■ **What you are asked to do**: Across the data below, count every line where the string "IFCDIRECTION" appears. Answer with the number alone.

■ **Input material**:
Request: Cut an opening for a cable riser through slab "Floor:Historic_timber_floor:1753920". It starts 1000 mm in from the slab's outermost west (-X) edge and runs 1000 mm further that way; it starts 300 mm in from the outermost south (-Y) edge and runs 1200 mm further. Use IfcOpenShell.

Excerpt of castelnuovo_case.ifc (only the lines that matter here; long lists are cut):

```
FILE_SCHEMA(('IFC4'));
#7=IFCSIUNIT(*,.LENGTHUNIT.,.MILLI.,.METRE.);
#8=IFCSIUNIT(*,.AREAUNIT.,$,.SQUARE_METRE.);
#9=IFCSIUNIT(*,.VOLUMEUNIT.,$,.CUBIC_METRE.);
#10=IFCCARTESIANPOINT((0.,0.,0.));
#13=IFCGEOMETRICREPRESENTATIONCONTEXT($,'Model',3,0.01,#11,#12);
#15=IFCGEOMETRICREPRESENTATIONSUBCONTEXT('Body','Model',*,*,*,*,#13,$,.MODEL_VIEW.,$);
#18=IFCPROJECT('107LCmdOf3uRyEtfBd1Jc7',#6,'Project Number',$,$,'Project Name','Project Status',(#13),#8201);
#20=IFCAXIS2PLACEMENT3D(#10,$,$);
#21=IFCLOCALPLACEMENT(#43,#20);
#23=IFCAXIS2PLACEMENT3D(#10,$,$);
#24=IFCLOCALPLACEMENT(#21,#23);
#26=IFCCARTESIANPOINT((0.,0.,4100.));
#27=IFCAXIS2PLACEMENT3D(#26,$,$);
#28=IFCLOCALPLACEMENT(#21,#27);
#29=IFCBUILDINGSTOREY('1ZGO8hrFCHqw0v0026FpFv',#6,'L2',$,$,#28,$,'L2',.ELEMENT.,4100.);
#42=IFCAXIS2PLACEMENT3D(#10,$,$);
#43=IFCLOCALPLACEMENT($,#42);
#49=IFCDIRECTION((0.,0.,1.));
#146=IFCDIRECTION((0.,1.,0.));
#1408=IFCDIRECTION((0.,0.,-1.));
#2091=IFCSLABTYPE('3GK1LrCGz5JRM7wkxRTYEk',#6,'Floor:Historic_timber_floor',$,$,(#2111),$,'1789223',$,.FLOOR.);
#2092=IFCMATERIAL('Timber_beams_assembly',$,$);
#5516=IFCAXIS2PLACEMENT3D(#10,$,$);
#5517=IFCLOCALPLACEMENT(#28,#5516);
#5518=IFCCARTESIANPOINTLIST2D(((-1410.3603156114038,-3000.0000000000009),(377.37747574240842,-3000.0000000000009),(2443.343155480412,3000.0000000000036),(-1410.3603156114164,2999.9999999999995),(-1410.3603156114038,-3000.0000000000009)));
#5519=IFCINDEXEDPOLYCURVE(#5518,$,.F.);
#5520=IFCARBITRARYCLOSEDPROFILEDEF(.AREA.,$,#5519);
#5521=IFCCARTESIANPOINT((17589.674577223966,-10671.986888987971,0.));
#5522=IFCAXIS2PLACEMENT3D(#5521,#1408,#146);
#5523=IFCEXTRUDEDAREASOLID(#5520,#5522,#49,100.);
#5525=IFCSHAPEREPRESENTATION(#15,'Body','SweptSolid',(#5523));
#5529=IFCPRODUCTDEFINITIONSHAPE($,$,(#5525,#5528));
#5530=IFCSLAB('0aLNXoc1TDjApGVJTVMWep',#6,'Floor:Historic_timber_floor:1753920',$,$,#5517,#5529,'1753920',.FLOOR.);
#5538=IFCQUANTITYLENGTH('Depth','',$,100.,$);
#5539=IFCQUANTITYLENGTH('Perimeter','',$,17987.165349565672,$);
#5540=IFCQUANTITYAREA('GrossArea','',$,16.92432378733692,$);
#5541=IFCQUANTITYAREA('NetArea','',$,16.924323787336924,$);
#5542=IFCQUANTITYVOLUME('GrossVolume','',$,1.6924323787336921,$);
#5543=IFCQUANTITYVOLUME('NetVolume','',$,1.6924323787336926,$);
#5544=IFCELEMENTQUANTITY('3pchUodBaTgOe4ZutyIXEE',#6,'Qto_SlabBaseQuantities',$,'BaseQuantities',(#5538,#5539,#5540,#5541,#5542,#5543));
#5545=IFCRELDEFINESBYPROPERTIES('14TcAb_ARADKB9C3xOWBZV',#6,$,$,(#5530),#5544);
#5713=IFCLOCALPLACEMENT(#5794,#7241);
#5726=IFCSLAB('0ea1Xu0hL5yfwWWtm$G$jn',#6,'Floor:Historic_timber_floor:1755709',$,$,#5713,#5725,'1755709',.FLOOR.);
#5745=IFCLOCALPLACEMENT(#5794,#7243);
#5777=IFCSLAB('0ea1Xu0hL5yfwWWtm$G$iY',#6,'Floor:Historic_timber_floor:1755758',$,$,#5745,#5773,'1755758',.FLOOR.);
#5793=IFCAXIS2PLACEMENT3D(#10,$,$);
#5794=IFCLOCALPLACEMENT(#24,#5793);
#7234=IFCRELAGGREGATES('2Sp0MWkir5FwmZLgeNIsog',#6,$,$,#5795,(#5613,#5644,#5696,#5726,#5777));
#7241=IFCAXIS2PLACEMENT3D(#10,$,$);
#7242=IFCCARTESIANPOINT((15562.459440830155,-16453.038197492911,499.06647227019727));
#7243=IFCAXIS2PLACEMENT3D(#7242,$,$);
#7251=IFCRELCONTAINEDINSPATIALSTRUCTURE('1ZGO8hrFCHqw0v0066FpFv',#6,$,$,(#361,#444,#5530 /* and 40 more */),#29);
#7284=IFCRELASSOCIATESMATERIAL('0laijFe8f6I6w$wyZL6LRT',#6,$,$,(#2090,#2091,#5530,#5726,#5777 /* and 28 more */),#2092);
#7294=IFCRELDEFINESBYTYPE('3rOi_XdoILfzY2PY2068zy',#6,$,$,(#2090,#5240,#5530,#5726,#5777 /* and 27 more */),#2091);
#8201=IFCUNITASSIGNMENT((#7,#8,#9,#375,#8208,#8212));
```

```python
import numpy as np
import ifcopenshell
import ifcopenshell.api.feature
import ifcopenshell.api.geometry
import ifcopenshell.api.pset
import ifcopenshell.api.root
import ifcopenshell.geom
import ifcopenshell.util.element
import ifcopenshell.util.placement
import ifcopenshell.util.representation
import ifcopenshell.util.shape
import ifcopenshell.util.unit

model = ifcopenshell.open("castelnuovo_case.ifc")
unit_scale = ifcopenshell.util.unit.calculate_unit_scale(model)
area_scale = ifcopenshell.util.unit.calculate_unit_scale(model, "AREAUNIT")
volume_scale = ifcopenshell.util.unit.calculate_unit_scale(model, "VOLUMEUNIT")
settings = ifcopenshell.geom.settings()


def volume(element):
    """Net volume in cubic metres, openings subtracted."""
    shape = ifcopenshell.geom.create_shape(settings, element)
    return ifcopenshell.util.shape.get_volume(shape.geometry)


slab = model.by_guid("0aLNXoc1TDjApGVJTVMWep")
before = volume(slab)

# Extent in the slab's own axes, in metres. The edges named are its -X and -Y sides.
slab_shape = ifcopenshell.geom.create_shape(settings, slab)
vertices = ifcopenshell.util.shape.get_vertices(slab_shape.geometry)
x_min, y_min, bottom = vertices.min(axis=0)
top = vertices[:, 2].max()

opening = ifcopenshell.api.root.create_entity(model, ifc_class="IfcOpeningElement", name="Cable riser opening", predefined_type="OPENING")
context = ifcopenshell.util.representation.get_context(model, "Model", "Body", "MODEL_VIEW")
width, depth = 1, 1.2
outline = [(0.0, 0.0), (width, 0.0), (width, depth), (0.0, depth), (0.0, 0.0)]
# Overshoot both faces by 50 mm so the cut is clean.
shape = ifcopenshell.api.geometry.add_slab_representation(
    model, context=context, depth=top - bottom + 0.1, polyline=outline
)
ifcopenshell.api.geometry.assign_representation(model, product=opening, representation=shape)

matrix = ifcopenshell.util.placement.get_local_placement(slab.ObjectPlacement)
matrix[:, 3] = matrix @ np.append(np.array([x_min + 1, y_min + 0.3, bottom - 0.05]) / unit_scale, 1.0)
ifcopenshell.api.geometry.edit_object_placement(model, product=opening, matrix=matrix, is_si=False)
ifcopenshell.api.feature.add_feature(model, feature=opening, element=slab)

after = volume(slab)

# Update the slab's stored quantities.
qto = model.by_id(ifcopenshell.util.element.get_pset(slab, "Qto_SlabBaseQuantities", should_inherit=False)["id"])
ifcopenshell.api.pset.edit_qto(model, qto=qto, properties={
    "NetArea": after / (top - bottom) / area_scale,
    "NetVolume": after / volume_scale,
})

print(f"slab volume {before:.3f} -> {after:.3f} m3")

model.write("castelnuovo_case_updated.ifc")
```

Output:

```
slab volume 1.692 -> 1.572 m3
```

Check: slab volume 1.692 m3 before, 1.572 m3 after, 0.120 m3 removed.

--

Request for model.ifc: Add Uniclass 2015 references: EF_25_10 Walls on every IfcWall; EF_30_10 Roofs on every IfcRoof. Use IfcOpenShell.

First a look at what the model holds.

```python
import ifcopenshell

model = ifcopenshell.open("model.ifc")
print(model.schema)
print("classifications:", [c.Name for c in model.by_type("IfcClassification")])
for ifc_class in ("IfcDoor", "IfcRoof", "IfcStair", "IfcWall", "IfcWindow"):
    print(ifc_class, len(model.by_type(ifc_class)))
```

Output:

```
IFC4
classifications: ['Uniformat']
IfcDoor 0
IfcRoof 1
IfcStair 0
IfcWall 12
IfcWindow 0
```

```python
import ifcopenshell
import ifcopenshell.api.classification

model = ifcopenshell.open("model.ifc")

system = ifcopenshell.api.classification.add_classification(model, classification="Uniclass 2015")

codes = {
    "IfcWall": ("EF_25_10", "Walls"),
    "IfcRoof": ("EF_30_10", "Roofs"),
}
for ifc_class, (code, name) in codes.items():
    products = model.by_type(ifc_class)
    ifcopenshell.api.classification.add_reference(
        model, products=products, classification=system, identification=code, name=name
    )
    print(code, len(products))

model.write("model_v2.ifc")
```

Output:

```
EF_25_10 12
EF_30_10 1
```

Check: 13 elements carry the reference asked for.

==

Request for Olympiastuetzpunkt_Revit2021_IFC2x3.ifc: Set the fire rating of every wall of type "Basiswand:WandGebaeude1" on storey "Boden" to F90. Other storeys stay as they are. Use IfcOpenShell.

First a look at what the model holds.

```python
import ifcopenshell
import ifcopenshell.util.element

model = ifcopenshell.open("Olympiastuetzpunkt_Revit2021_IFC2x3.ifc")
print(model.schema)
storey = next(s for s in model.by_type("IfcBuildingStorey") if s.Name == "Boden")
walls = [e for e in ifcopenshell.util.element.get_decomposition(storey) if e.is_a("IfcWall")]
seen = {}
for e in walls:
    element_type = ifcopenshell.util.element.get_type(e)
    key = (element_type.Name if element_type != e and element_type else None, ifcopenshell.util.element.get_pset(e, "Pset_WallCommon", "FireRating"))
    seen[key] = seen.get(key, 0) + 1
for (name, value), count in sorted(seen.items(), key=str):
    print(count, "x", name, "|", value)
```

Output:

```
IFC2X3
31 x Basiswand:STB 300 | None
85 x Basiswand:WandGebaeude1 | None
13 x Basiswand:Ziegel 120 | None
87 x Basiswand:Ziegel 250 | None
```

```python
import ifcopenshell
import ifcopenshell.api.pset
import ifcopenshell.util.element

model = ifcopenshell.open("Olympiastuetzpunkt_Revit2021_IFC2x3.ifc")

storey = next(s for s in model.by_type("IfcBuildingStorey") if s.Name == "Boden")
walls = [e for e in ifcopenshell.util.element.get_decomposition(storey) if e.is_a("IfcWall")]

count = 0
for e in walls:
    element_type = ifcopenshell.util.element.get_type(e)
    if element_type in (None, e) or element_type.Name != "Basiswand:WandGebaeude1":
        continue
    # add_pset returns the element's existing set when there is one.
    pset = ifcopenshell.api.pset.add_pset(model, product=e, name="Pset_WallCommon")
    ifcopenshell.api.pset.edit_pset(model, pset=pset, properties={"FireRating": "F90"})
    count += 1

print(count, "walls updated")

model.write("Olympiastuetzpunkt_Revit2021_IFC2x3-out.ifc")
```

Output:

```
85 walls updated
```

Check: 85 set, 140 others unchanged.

■ **The answer**: 3